Updated by Peter Amstutz almost 8 years ago
I'm getting an error every time I run it:
$ arv-put . 0 2016-12-12 16:01:59 arvados.arv_put[32544] ERROR: 962eh-4zz18-f6k8xl2558krll0 $ find . ./b1 ./foo1 ./foo1/blah ./foo2 ./foo2/blah2
These files are all zero-length, which might be trigging an edge case.
It seems to be uploading the collection correctly, so the bug may just be in the non-error error being logged.
Updated by Lucas Di Pentima almost 8 years ago
Test run: https://ci.curoverse.com/job/developer-run-tests/97/
Updates at: b5af634
- Fixed the non-error error message.
- Also added
--dry-run
argument so that it checks if there're files pending for upload (in which case it exits with return code 2 instead of 0). - Added some tests for this new argument.
Updated by Peter Amstutz almost 8 years ago
112.0% ? oops.
$ arv-put . 7M / 6M 112.0% 962eh-4zz18-dkn2si9w0nic8rw
Updated by Peter Amstutz almost 8 years ago
Also, --dry-run should not print anything.
$ arv-put --dry-run --update 962eh-4zz18-dkn2si9w0nic8rw . 7M / 6M 112.0% 962eh-4zz18-dkn2si9w0nic8rw
Updated by Lucas Di Pentima almost 8 years ago
- Target version changed from 2016-12-14 sprint to 2017-01-04 sprint
Updated by Lucas Di Pentima almost 8 years ago
Peter Amstutz wrote:
112.0% ? oops.
[...]
The problem was happening when some uploaded file was deleted from the local disk previous to an arv-put re-run: the collection from the cache file manifest (aka: the local_collection) is the source of truth when asking how many bytes we're uploading, so in those cases when that collection is bigger than the local files, the error occurred.
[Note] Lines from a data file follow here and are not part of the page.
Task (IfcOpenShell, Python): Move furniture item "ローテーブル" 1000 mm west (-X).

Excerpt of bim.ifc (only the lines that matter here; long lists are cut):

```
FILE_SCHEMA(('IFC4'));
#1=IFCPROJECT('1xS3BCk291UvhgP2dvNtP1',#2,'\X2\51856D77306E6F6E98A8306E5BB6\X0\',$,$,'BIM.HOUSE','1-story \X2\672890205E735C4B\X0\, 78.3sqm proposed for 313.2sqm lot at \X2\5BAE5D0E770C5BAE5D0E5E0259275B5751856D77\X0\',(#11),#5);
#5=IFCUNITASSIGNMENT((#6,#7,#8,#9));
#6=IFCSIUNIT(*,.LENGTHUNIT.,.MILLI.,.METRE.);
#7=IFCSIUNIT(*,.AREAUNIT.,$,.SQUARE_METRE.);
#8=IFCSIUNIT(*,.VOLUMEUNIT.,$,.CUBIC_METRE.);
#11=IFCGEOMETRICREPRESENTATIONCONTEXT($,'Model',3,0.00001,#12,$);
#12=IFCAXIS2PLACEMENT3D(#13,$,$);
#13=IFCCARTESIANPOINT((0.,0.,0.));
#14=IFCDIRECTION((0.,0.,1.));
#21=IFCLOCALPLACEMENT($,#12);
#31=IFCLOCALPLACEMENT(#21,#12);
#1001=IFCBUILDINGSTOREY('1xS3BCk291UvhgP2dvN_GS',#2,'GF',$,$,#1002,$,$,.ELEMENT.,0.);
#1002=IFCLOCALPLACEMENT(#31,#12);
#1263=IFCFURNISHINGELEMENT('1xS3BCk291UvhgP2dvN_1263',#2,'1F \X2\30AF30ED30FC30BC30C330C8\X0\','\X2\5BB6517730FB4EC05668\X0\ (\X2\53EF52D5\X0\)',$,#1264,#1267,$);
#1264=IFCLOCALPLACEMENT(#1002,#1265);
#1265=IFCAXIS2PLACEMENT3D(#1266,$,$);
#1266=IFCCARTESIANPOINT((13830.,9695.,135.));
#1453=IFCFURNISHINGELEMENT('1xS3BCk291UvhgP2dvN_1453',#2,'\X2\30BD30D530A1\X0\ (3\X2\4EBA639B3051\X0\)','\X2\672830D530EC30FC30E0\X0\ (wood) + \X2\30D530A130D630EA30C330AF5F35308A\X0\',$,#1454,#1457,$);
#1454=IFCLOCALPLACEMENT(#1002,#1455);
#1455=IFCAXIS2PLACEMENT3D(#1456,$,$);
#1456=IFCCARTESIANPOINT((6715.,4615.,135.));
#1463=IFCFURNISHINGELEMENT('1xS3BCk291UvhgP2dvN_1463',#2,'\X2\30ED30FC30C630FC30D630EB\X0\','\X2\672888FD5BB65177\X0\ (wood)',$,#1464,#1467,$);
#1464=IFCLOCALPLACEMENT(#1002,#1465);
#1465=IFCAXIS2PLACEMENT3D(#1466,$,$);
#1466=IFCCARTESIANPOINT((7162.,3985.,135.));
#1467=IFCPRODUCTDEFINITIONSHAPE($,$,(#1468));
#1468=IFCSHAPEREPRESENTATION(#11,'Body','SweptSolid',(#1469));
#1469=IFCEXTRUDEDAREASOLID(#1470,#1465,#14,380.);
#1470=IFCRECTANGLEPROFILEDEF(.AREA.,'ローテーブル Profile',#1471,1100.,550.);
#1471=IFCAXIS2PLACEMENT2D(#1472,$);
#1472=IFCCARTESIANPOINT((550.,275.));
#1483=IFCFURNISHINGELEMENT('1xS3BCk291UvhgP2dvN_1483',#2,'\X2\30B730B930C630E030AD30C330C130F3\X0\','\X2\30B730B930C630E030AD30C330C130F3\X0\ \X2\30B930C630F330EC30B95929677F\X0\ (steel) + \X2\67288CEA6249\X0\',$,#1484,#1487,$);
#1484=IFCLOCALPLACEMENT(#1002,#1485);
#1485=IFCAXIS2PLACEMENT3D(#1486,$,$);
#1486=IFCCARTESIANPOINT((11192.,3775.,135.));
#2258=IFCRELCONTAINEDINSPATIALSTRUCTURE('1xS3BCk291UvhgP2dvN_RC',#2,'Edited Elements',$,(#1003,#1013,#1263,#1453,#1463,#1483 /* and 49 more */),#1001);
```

```python
import ifcopenshell
import ifcopenshell.api.geometry
import ifcopenshell.util.placement
import ifcopenshell.util.unit

model = ifcopenshell.open("bim.ifc")
unit_scale = ifcopenshell.util.unit.calculate_unit_scale(model)

item = model.by_guid("1xS3BCk291UvhgP2dvN_1463")
matrix = ifcopenshell.util.placement.get_local_placement(item.ObjectPlacement)
matrix[0, 3] -= 1 / unit_scale
ifcopenshell.api.geometry.edit_object_placement(model, product=item, matrix=matrix, is_si=False)

print(ifcopenshell.util.placement.get_local_placement(item.ObjectPlacement).round(3) + 0.0)

model.write("bim-out.ifc")
```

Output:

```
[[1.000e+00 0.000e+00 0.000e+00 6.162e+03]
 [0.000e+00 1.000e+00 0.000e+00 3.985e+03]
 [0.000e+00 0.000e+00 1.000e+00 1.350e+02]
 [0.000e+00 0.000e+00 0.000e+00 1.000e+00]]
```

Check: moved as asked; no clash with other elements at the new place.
Now I added some code to delete those excess files from the local_collection, correcting the issue.
If your case was different, please explain how you got a >100% progress value.
Also, made some fixes to the dry-run code so it doesn't print anything to stdout and actually passes the args.dry_run to the ArvPutUploadJob class.
Test run: https://ci.curoverse.com/job/developer-run-tests/101/
Updates: 55e9587e140e1621dcd374afcf30ee0aec2c6d24
Updated by Peter Amstutz almost 8 years ago
It is correctly reporting 100% now.
I have one more request and then LGTM:
arv-put --name "new name" --update-collection 962eh-4zz18-b41l73mftcoqpkm python
→ should update the collection name to "new name" (currently it doesn't change the collection name).
Updated by Lucas Di Pentima almost 8 years ago
As we talked about avoiding further scope creep, I've made a small update so that arv-put
don't allow the use of --name
together with --update-collection
, exiting with an error message.
Also I merged master into the branch and started a complete test run.
Test run: https://ci.curoverse.com/job/developer-run-tests/104/
Updates: dcca309
Updated by Lucas Di Pentima almost 8 years ago
- Status changed from In Progress to Resolved
- % Done changed from 0 to 100
Applied in changeset arvados|commit:f2e2487ddba3944d3acd46fae3424a87fc624be9.